Installing Python for financial data science

What’s the most important part of a holiday? Well, if you can’t get to the airport on time, it’s unlikely you’ll be going anywhere. When it comes to learning Python, the most important thing is to install Python in the first place!

 

So how do you install Python, together with all the libraries you might need for financial data science? You could avoid installing Python on your own machine, and use something like Google Colab, which is a Jupyter notebook already setup on the cloud or something like Repl.it, which is another online Python option. In many online installations of Python, you might not necessarily have all the libraries you want installed, so you’ll have to install them in addition though using tools like pip or conda which we discuss later.

Installing Python on your own machine (or a cloud machine)

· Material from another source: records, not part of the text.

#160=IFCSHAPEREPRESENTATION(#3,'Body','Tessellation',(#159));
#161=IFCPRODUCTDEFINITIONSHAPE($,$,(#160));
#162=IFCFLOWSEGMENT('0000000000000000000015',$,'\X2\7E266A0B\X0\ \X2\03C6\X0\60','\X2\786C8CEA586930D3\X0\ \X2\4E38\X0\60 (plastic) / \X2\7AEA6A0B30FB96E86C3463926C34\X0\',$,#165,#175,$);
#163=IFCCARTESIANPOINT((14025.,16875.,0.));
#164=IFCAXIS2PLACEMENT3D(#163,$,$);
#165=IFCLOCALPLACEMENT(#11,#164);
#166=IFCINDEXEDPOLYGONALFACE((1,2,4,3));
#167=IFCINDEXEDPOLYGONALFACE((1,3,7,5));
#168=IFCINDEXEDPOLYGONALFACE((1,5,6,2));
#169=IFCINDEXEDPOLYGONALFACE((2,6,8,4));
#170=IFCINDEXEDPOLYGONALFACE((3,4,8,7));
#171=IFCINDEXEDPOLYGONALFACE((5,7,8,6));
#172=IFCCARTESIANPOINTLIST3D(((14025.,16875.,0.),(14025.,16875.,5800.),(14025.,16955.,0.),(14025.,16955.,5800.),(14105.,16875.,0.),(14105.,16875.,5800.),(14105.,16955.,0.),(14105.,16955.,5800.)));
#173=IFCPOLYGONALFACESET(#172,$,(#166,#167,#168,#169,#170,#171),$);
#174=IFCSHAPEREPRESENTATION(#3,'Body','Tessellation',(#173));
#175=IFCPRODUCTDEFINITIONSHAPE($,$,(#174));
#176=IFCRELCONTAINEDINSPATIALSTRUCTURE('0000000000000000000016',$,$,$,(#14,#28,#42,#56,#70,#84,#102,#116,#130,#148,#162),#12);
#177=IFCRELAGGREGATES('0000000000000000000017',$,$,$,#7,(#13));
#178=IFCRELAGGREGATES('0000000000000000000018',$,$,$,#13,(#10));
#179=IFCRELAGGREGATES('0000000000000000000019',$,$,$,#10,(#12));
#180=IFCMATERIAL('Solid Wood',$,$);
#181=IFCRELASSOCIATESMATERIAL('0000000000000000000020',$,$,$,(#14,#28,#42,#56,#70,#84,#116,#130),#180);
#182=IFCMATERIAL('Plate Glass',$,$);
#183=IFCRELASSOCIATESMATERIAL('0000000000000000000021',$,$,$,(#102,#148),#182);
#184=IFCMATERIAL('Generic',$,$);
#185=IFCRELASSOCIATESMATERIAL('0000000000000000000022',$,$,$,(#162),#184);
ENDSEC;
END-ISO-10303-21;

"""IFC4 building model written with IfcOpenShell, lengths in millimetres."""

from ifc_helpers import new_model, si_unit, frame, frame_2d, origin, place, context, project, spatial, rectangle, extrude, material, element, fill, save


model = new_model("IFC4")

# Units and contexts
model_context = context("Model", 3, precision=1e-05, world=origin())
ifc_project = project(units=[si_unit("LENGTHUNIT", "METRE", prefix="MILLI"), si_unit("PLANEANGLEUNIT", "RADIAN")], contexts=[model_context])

There are many Python distributions you could use (and I have to admit I haven’t used them all!), and you might find there’s often already one installed on your computer. Whenever I teach Python, I tend to recommend downloading and installing the Anaconda Python distribution. One reason is that it’s already got a lot of data science libraries included in the standard Anaconda installation. It also has a few GUI tools, although I must admit, I tend to prefer just to use command line tools (which are much quicker).

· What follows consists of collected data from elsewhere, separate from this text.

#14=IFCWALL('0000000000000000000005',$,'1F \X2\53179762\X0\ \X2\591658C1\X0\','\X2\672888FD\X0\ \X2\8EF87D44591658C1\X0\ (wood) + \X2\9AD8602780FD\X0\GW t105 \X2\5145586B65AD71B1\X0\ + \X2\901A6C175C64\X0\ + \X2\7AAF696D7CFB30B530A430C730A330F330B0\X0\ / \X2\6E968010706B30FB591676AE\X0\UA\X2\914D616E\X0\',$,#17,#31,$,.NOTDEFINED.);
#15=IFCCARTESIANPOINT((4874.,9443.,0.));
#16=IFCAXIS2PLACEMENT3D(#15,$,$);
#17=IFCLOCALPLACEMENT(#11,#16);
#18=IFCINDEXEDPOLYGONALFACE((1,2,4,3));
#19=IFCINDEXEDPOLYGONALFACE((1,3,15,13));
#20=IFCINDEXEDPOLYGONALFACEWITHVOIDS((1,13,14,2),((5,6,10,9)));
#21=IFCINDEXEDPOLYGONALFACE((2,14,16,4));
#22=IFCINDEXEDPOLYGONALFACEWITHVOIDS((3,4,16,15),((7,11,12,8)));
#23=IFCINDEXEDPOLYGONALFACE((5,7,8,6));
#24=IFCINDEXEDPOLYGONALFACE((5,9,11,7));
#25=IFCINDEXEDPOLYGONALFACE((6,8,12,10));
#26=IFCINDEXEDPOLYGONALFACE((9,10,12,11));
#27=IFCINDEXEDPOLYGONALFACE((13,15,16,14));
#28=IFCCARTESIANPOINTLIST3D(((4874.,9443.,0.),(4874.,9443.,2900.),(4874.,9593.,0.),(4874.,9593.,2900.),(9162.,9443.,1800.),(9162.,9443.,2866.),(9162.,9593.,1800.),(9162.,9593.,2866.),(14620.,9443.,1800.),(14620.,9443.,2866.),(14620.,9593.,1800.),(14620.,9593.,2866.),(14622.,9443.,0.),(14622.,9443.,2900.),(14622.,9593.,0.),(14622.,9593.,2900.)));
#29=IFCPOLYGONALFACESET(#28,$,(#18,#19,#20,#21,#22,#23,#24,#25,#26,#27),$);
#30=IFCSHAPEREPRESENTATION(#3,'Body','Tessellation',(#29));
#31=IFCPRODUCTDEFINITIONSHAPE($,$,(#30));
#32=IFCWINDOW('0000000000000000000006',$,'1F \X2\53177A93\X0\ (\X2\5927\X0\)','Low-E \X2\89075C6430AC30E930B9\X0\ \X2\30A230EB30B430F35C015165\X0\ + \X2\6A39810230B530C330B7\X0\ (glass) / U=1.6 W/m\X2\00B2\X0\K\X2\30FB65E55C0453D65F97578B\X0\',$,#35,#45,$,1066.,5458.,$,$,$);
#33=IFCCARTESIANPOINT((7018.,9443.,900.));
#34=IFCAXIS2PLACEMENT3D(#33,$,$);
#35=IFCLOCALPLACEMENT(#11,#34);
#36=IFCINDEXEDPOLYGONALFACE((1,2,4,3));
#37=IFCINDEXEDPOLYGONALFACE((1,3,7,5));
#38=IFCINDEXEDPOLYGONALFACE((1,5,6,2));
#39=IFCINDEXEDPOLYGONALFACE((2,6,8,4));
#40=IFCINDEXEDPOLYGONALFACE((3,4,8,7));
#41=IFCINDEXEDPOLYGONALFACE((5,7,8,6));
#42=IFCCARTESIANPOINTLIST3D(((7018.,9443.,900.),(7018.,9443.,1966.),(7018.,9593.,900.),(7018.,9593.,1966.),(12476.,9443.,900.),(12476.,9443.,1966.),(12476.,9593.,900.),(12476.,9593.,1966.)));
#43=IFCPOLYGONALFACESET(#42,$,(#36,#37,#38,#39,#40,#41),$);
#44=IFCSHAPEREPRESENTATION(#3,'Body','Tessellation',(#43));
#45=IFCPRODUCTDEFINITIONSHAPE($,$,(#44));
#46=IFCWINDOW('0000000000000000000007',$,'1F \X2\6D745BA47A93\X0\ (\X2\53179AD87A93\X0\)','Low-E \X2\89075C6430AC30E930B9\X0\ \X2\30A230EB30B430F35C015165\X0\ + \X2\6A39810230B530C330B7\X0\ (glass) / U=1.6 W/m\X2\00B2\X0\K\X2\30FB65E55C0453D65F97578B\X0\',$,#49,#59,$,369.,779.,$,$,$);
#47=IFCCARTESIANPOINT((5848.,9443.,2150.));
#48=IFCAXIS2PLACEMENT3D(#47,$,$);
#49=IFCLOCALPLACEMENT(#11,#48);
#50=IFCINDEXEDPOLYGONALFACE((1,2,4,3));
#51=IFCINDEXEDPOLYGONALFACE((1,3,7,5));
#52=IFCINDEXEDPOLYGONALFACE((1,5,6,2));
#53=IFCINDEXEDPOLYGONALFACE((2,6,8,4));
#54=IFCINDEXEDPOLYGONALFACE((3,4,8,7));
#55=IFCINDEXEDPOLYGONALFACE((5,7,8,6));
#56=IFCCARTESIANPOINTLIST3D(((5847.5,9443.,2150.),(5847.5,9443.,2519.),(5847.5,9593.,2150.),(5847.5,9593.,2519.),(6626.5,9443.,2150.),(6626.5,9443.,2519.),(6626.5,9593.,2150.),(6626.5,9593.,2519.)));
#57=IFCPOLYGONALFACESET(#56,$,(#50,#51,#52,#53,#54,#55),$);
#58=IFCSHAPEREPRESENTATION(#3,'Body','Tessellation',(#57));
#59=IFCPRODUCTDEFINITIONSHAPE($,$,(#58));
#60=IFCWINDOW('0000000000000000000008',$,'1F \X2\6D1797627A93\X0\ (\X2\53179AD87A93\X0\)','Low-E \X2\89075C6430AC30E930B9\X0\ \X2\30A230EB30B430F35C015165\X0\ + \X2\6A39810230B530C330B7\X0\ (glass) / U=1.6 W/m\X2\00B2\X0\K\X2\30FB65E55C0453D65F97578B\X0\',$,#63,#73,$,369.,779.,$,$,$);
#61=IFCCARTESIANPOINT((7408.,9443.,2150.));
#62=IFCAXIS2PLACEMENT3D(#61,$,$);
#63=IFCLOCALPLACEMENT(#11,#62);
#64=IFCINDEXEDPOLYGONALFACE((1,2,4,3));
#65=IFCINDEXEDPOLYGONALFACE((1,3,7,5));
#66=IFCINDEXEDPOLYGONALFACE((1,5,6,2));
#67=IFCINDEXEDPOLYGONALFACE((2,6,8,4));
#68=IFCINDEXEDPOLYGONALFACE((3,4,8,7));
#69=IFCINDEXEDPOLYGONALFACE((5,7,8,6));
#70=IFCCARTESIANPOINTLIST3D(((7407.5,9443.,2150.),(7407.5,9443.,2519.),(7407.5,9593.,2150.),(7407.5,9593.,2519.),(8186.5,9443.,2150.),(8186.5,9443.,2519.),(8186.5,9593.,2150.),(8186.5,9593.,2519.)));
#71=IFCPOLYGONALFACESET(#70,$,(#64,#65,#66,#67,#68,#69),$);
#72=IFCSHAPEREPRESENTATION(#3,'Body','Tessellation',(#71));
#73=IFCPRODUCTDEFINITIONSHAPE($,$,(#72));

pip vs conda to install Python packages

Whatever Python distribution you choose to use, it’s likely you’ll need to install additional libraries. The most common way to do this is using pip, which automatically downloads the library and installs it. However, let’s say you want to install a library like blpapi, which is Bloomberg’s open source API. If you use pip to install it, you might need to do a number of additional steps, like setting your environment variables etc.

 

By contrast, if you use conda, which is included with Anaconda Python, to install the blpapi, it’ll do a lot of these additional steps for you making it much easier. conda also seems a bit better at handling version conflicts with various libraries, compared with pip. Furthermore, conda makes it a bit easier to manage your own different Python environments (if you don’t use conda, you can do something similar with pip and virtualenv).

 

It’s generally a very good idea to create your own conda environments with various libraries, rather than using the standard “base” environment. You can have multiple conda environments for different Python versions, and furthermore, if you end up breaking them, you can easily delete them (with the “base” environment, it can be the case that you need to resort to reinstalling Anaconda). conda allows you to easily export you conda environment to a YML file, which can used later by anyone to recreate the exact same conda environment which you have.

mamba to the rescue

conda is a great tool, however, it can become very slow when it’s trying to work out which libraries to install to avoid a possible version conflicts. Sometimes this is just a few minutes, or very much longer. mamba is a drop in replacement for conda. The key difference is that it’s very fast, and indeed when I’ve used to install new packages, it seems much faster than conda. I only recently started to use mamba, and I really wish I’d started to use it much earlier, as it would have saved me a lot of time.

Is there a premade conda environment for financial data science? Yes!

For my Python teaching, which revolves around workshops for Python for finance, as well as more alt data oriented workshops, I’ve spent quite a bit of time creating a conda environment for my students, which I’ve checked against my course code (especially any versioning issues). It has a lot of the packages you might use doing data science and finance. I know it can be a real hassle, hence I’ve open sourced my py37class conda environments for Windows, Linux and Mac. You find full instructions on how to download and install these on my GitHub teaching site.

 

My py37class conda environment includes the standard Anaconda packages like pandas (for time series), as well as my own open source finmarketpy library, for backtesting trading strategies, findatapy for downloading market data and chartpy for visualization, and other finance specific libraries like blpapi.

Conclusion

We discussed the benefits of installing Anaconda Python, noting how it’s designed for data science. We also talked about the differences between pip and conda for installing Python packages and managing different Python environments, as well as the speed advantages of mamba. Lastly, I talked about my own conda environment, which I’ve open sourced, which makes it easy to get started with financial data science in Python.